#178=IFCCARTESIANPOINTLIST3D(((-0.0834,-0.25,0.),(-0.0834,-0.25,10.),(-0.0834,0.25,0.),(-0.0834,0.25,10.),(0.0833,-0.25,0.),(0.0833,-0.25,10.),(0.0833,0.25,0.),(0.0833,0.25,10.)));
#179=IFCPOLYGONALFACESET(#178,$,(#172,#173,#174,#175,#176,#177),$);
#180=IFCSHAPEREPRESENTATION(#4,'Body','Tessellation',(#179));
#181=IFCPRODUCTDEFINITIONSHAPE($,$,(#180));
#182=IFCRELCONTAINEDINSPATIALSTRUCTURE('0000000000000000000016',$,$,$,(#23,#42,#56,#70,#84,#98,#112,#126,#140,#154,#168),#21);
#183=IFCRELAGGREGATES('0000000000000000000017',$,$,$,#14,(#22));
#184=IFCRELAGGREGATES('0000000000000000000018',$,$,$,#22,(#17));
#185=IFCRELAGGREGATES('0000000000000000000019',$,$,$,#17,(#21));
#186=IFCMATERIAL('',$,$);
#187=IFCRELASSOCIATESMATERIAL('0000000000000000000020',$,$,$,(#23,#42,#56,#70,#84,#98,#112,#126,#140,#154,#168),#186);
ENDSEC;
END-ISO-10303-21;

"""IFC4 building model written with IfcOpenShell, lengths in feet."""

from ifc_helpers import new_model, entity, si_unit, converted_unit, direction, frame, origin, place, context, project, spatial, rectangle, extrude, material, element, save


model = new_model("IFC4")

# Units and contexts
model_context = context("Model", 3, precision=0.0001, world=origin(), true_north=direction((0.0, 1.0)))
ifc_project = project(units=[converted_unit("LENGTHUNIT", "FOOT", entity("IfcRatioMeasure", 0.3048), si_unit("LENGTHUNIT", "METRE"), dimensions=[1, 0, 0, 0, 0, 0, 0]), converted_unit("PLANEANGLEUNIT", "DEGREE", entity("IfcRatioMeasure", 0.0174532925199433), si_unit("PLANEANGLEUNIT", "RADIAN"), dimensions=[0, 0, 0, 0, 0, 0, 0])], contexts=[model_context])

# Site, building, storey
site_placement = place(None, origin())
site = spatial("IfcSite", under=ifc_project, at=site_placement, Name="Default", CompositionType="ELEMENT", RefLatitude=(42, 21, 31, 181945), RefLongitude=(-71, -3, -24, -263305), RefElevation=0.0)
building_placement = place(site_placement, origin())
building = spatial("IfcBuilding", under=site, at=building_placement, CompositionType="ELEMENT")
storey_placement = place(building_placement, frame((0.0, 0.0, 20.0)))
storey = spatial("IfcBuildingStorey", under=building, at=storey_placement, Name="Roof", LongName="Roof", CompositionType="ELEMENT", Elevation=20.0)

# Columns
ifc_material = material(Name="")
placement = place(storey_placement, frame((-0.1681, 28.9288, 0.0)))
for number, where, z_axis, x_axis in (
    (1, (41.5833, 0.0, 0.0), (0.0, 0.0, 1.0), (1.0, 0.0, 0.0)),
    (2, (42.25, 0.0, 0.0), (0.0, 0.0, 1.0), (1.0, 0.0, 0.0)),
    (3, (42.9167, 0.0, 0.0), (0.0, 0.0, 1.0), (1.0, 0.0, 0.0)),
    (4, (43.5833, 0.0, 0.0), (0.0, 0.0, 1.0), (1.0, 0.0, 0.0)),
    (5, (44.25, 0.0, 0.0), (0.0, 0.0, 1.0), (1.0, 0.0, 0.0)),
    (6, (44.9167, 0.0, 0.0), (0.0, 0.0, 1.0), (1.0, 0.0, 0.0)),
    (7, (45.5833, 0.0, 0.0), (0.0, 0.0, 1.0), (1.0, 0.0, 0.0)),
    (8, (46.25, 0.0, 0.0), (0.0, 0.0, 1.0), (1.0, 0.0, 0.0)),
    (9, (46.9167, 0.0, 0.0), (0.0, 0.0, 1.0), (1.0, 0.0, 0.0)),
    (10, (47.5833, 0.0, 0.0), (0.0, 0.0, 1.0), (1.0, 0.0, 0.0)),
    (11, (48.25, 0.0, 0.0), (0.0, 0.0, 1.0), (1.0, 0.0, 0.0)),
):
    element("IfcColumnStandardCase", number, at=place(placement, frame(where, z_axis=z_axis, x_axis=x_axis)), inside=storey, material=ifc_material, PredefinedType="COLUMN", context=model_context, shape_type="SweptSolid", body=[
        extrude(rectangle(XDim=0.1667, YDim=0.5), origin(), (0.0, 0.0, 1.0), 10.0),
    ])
####################
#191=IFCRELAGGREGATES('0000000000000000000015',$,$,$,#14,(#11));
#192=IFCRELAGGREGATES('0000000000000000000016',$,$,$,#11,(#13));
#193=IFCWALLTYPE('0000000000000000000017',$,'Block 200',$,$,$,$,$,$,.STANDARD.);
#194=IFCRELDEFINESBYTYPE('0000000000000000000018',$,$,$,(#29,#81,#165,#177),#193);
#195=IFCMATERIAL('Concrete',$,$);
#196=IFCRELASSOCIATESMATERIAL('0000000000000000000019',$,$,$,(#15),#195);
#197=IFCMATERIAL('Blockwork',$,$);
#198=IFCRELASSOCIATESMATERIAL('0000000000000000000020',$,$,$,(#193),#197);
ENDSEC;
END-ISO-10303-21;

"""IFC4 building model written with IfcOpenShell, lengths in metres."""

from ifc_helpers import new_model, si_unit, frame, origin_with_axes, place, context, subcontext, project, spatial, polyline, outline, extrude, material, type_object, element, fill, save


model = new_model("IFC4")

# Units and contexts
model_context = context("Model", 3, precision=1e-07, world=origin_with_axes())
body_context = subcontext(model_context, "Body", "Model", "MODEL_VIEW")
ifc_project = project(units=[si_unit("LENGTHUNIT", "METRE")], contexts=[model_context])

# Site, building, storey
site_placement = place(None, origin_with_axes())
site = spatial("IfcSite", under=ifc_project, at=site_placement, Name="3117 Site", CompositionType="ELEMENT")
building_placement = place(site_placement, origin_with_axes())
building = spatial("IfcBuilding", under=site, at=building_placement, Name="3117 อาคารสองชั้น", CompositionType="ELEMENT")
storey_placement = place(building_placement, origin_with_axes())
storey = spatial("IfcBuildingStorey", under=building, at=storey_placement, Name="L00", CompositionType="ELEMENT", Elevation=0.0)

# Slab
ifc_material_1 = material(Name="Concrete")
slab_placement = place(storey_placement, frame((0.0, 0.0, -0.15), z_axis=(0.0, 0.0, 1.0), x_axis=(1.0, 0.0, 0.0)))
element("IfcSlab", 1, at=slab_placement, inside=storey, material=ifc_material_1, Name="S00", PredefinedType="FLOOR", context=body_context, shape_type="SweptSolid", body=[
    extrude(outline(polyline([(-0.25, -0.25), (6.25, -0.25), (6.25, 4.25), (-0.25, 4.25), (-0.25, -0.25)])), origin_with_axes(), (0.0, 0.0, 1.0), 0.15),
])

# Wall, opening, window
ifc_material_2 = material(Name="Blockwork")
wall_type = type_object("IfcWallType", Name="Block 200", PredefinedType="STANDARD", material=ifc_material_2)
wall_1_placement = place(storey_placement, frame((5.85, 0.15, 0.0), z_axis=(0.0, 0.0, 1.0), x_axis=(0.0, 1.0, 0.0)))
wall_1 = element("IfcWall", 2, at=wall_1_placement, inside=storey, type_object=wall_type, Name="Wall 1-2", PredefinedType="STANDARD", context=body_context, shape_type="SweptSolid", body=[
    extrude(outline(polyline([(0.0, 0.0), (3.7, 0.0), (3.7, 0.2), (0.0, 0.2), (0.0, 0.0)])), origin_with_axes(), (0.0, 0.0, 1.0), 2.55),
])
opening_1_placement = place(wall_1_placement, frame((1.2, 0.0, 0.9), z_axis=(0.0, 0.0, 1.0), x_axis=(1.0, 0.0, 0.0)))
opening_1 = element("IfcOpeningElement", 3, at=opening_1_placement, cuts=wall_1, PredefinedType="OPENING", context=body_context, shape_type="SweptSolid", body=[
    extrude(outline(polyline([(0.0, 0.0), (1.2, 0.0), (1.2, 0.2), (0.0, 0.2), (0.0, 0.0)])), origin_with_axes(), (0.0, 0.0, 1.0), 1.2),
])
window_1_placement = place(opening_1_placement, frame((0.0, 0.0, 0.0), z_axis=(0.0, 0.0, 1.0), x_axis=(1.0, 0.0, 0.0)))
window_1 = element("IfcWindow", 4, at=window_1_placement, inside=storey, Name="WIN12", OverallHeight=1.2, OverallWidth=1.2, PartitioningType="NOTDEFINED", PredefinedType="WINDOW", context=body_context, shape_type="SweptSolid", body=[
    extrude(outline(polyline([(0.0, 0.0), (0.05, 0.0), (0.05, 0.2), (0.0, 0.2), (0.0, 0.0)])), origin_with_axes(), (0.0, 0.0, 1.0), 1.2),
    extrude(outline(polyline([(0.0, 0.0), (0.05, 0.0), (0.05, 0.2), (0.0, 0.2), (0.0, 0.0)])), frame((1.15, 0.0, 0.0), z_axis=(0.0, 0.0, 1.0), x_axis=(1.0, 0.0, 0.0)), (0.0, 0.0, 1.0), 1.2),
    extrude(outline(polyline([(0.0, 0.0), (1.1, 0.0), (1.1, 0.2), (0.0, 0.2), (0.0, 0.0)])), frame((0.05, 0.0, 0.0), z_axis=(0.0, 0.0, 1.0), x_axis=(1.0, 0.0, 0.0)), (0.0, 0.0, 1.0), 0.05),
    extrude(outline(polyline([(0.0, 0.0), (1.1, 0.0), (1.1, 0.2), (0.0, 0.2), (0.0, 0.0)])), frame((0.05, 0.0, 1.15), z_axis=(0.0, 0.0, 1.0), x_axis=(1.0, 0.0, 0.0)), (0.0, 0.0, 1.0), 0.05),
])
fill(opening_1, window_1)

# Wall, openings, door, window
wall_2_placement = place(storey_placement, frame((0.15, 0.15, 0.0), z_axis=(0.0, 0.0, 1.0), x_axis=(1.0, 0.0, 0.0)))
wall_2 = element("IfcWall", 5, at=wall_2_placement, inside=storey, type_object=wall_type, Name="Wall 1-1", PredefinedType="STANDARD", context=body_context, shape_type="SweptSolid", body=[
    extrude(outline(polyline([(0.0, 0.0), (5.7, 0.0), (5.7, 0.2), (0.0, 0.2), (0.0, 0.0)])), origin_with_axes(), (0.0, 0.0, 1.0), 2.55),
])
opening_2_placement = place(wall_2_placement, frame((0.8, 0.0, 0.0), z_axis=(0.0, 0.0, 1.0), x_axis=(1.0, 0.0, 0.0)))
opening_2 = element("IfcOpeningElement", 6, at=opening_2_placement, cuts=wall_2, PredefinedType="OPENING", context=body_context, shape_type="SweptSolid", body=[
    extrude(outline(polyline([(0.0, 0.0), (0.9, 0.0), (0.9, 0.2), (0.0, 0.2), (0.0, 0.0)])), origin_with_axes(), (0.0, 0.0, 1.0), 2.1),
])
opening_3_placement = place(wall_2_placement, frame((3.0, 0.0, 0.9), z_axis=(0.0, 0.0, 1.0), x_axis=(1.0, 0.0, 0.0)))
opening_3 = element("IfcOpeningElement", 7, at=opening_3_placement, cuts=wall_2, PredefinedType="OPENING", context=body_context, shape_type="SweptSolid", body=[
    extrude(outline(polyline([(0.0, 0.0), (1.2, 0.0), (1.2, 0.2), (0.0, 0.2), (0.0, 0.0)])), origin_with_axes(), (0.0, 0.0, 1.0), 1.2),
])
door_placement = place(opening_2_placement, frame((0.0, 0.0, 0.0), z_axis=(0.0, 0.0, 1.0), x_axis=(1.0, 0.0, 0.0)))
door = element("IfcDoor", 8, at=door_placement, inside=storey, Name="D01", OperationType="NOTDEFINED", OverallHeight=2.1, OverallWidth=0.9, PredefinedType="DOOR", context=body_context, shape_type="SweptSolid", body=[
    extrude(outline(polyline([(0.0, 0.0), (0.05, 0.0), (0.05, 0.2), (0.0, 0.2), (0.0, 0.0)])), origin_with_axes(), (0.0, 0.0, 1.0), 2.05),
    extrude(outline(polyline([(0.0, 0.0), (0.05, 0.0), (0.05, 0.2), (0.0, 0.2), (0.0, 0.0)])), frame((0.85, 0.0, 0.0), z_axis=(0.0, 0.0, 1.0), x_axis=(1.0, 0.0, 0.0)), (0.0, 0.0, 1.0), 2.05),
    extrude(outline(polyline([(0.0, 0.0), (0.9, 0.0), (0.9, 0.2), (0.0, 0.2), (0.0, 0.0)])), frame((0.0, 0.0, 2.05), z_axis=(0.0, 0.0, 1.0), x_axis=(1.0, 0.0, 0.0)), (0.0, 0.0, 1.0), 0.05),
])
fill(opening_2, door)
####################
◆ **AIM OF THE EXERCISE**
Each line above that carries the string "Blockwork" has to be returned.

◆ **WRITTEN ANSWER**
#197=IFCMATERIAL('Blockwork',$,$);
ifc_material_2 = material(Name="Blockwork")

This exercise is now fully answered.